在黎窈的記憶中,這是顧津亭第一次對她生這麽大的氣。

黎窈並不後悔在舞臺上救江淮安,但面對顧津亭,她多少還是有些愧疚心虛,畢竟如果換成是她,如果看到顧津亭為了救一個同事而完全不顧自己安危,也會很擔憂生氣的。

第二天一早醫生來給黎窈做檢查,他讓她嘗試地做了幾個動作,在病歷本記錄下來情況,便讓護士推著黎窈去放射科拍片,顧津亭一路都陪在她身邊。拍胸椎片時需要脫下內衣,黎窈手腳不方便,顧津亭就在更衣間幫她脫好,等拍完片了,又幫她穿回去,做這些事的時候他都冷著臉,像一個沒有感情的護工。

中午檢查完,顧津亭叫人送了兩份外賣上來。黎窈脖子上綁著固定器,腰使不上力沒辦法坐起來,顧津亭便讓她躺著,坐在床邊一勺一勺地餵她。

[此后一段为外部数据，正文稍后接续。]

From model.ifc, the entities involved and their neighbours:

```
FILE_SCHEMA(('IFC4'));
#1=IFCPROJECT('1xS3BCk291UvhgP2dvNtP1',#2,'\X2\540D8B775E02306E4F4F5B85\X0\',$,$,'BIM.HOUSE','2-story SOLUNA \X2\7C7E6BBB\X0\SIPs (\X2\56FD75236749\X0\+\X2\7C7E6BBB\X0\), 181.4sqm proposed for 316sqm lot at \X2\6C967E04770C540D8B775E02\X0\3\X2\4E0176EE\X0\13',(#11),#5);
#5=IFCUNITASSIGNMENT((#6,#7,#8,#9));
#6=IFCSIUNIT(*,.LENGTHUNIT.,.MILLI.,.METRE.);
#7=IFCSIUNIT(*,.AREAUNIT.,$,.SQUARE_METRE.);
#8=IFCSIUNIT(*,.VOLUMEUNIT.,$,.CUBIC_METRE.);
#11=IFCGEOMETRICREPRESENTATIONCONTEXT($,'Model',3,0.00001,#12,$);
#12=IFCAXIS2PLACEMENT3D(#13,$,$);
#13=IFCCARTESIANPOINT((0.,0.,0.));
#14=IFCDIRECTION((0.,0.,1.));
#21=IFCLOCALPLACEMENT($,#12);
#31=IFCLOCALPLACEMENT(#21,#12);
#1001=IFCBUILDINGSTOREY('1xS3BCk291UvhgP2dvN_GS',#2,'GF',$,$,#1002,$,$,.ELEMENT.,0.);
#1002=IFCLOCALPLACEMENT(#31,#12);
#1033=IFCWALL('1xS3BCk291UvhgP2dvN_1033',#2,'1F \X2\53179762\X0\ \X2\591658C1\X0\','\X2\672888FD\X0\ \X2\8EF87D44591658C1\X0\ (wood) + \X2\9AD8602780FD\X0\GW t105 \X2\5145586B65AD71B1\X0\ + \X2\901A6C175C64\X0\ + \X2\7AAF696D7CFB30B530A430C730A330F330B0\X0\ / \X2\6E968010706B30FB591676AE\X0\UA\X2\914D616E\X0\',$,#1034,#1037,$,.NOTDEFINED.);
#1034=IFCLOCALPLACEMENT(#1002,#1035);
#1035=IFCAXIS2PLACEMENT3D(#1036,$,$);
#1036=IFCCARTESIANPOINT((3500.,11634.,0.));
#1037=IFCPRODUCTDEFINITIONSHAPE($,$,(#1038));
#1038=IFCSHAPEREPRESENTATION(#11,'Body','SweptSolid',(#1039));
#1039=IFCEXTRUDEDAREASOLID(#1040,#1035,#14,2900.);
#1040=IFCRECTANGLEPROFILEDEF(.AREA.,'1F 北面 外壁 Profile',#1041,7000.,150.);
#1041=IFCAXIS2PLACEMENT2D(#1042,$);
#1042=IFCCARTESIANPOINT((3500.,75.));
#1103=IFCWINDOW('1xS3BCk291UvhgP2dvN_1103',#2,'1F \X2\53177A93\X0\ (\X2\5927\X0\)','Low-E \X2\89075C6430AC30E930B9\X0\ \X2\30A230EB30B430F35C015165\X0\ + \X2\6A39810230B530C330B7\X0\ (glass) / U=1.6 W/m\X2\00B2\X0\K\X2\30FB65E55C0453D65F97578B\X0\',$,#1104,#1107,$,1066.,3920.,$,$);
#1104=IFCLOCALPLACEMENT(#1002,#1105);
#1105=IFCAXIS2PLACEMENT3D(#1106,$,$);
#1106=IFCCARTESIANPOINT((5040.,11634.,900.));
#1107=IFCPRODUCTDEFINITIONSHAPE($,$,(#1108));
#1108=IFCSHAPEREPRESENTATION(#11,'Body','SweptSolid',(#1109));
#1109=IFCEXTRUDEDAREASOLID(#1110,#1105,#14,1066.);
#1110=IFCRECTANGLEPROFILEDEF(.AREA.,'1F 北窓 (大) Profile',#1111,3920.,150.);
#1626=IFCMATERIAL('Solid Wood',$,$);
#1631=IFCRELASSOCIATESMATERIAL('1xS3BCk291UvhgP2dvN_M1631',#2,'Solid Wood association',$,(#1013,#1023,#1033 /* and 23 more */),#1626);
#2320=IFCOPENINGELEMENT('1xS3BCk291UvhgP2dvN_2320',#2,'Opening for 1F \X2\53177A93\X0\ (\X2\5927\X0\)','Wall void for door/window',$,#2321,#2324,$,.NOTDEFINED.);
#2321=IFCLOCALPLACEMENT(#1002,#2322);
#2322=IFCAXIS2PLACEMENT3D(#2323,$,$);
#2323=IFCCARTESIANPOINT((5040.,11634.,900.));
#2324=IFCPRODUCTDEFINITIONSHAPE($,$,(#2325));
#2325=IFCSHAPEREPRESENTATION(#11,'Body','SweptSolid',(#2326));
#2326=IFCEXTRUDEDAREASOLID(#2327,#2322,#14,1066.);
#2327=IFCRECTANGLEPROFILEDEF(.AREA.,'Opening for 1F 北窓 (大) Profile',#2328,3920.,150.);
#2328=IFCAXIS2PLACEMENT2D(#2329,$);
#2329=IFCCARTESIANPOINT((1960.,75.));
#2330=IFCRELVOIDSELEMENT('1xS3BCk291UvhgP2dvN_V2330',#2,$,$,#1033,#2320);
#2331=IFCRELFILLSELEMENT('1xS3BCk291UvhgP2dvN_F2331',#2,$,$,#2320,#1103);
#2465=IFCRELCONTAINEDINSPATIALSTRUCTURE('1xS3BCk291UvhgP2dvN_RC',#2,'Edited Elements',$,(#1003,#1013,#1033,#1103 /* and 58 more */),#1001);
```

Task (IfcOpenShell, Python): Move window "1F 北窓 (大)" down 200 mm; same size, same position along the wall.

```python
import numpy as np
import ifcopenshell
import ifcopenshell.api.geometry
import ifcopenshell.util.placement
import ifcopenshell.util.unit

model = ifcopenshell.open("model.ifc")
unit_scale = ifcopenshell.util.unit.calculate_unit_scale(model)

window = model.by_guid("1xS3BCk291UvhgP2dvN_1103")
opening = window.FillsVoids[0].RelatingOpeningElement
dz = -0.2 / unit_scale

shift = np.array([0.0, 0.0, dz])
# The window is not placed relative to its opening, so move both.
for product in (opening, window):
    matrix = ifcopenshell.util.placement.get_local_placement(product.ObjectPlacement)
    matrix[:3, 3] += shift
    ifcopenshell.api.geometry.edit_object_placement(model, product=product, matrix=matrix, is_si=False)

print(f"moved by {dz * unit_scale:+.3f} m")

model.write("model_edited.ifc")
```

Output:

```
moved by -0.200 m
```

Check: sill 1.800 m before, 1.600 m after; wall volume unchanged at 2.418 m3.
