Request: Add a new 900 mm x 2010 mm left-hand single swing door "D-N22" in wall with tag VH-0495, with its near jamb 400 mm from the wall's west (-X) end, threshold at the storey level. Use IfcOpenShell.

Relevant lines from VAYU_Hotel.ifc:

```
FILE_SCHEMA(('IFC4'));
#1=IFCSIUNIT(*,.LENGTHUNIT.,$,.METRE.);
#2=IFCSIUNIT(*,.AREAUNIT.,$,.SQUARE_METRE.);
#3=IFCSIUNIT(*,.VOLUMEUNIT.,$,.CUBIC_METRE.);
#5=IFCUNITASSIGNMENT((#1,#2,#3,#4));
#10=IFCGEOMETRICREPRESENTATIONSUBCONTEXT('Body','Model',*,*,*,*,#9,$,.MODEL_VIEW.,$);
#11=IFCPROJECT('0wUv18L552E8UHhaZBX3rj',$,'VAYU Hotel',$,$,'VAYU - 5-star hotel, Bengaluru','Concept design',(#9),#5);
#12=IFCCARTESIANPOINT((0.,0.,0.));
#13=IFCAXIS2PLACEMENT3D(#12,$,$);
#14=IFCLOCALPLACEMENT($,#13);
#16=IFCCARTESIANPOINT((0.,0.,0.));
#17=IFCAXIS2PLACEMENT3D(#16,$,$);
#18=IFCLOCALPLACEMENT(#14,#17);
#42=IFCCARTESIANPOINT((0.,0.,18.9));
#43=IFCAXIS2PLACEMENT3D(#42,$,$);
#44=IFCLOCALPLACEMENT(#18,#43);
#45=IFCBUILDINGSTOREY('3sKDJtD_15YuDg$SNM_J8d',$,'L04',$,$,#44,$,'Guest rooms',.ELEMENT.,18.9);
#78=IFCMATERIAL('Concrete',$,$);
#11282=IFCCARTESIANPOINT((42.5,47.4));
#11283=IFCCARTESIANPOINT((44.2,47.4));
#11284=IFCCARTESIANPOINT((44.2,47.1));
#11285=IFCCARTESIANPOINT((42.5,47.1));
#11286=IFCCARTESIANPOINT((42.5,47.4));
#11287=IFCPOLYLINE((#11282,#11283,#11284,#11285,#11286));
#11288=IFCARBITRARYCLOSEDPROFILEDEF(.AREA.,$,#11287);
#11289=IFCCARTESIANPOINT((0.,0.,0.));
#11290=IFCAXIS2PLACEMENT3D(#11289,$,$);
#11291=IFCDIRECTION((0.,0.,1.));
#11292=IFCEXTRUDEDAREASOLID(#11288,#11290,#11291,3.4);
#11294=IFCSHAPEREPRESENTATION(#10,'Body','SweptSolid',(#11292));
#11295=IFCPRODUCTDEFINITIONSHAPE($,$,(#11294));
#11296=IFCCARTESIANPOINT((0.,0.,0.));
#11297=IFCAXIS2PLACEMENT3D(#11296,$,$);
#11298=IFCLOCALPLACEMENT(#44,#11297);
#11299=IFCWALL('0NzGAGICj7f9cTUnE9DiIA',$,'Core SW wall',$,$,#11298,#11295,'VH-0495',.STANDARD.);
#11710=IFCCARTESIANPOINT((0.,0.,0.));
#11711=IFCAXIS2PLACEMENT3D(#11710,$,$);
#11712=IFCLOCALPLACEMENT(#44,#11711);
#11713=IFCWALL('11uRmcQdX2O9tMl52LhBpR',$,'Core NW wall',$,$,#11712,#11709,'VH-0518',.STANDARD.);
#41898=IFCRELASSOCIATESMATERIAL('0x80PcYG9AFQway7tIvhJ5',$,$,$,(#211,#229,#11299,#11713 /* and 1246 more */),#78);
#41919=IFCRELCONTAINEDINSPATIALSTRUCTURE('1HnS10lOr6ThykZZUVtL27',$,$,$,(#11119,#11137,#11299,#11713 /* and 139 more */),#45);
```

```python
import numpy as np
import ifcopenshell
import ifcopenshell.api.feature
import ifcopenshell.api.geometry
import ifcopenshell.api.root
import ifcopenshell.api.spatial
import ifcopenshell.geom
import ifcopenshell.util.element
import ifcopenshell.util.placement
import ifcopenshell.util.representation
import ifcopenshell.util.shape
import ifcopenshell.util.unit

model = ifcopenshell.open("VAYU_Hotel.ifc")
unit_scale = ifcopenshell.util.unit.calculate_unit_scale(model)
settings = ifcopenshell.geom.settings()


def volume(element):
    """Net volume in cubic metres, openings subtracted."""
    shape = ifcopenshell.geom.create_shape(settings, element)
    return ifcopenshell.util.shape.get_volume(shape.geometry)


wall = model.by_guid("0NzGAGICj7f9cTUnE9DiIA")
storey = ifcopenshell.util.element.get_container(wall, ifc_class="IfcBuildingStorey")
context = ifcopenshell.util.representation.get_context(model, "Model", "Body", "MODEL_VIEW")
before = volume(wall)

width, height, from_end, sill = 0.9, 2.01, 0.4, 0.0  # metres

# The wall runs along its own X axis, and the end named is its -X end.
wall_shape = ifcopenshell.geom.create_shape(settings, wall)
x, y, z = ifcopenshell.util.shape.get_vertices(wall_shape.geometry).T
start = x.min() + from_end
face, thickness = float(y.min()), float(y.max() - y.min())
wall_matrix = ifcopenshell.util.placement.get_local_placement(wall.ObjectPlacement)
level = ifcopenshell.util.placement.get_local_placement(storey.ObjectPlacement)[2, 3]


def in_wall(x, y):
    """Placement at x, y metres in the wall's axes, at sill height."""
    matrix = wall_matrix.copy()
    matrix[:, 3] = wall_matrix @ np.array([x / unit_scale, y / unit_scale, 0.0, 1.0])
    matrix[2, 3] = level + sill / unit_scale
    return matrix


# Opening: a box that overshoots both wall faces by 50 mm.
opening = ifcopenshell.api.root.create_entity(model, ifc_class="IfcOpeningElement", predefined_type="OPENING")
box = ifcopenshell.api.geometry.add_wall_representation(
    model, context=context, length=width, height=height, thickness=thickness + 0.1
)
ifcopenshell.api.geometry.assign_representation(model, product=opening, representation=box)
ifcopenshell.api.geometry.edit_object_placement(model, product=opening, matrix=in_wall(start, face - 0.05), is_si=False)
ifcopenshell.api.feature.add_feature(model, feature=opening, element=wall)

door = ifcopenshell.api.root.create_entity(model, ifc_class="IfcDoor", name="D-N22", predefined_type="DOOR")
door.OverallWidth, door.OverallHeight = width / unit_scale, height / unit_scale
door.OperationType = "SINGLE_SWING_LEFT"
body = ifcopenshell.api.geometry.add_door_representation(
    model,
    context=context,
    overall_width=door.OverallWidth,
    overall_height=door.OverallHeight,
    operation_type="SINGLE_SWING_LEFT",
    lining_properties={"LiningDepth": thickness / unit_scale, "ThresholdDepth": thickness / unit_scale},
)
ifcopenshell.api.geometry.assign_representation(model, product=door, representation=body)
ifcopenshell.api.spatial.assign_container(model, products=[door], relating_structure=storey)
ifcopenshell.api.feature.add_filling(model, opening=opening, element=door)

# The lining spans the wall, so the door starts at the wall face.
ifcopenshell.api.geometry.edit_object_placement(model, product=door, matrix=in_wall(start, face), is_si=False)

after = volume(wall)

print(f"wall volume {before:.3f} -> {after:.3f} m3")

model.write("VAYU_Hotel_edited.ifc")
```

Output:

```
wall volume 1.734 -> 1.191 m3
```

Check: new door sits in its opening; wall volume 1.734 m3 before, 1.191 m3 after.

他沒幹過伺候人的活,往往粥送到黎窈嘴裏她還沒來得及咀嚼吞下,下一勺就塞了過來。

黎窈忙著吞咽,很快便嗆到,她捂著嘴巴激烈地咳嗽,咳嗽帶動了全身肌肉一起顫動,她覺得腰椎一陣刺痛,眼角有淚水滾了出來。

顧津亭覺得自己骨子裏可能確實有一些惡劣因子在,看她表現出難受,他的情緒反而好了一些,他伸出手指勾走她眼角的淚水:“現在知道疼知道哭了?”

小姑娘抽著鼻子,委屈地小聲道:“你趁著我受傷欺負人……”

顧津亭冷笑一聲:“我欺負人?你看清楚,現在陪在你身邊給你穿衣服抱你上廁所給你餵粥喝的人是誰?”

黎窈揉著眼眶,繼續控訴:“你態度不好。”

顧津亭看她一直掉眼淚,心軟下來:“行 ,是我態度不好,但哥哥只是想讓你知道,凡事三思而後行,你救人沒有錯,可要在能保護好自己的前提下,明白嗎?”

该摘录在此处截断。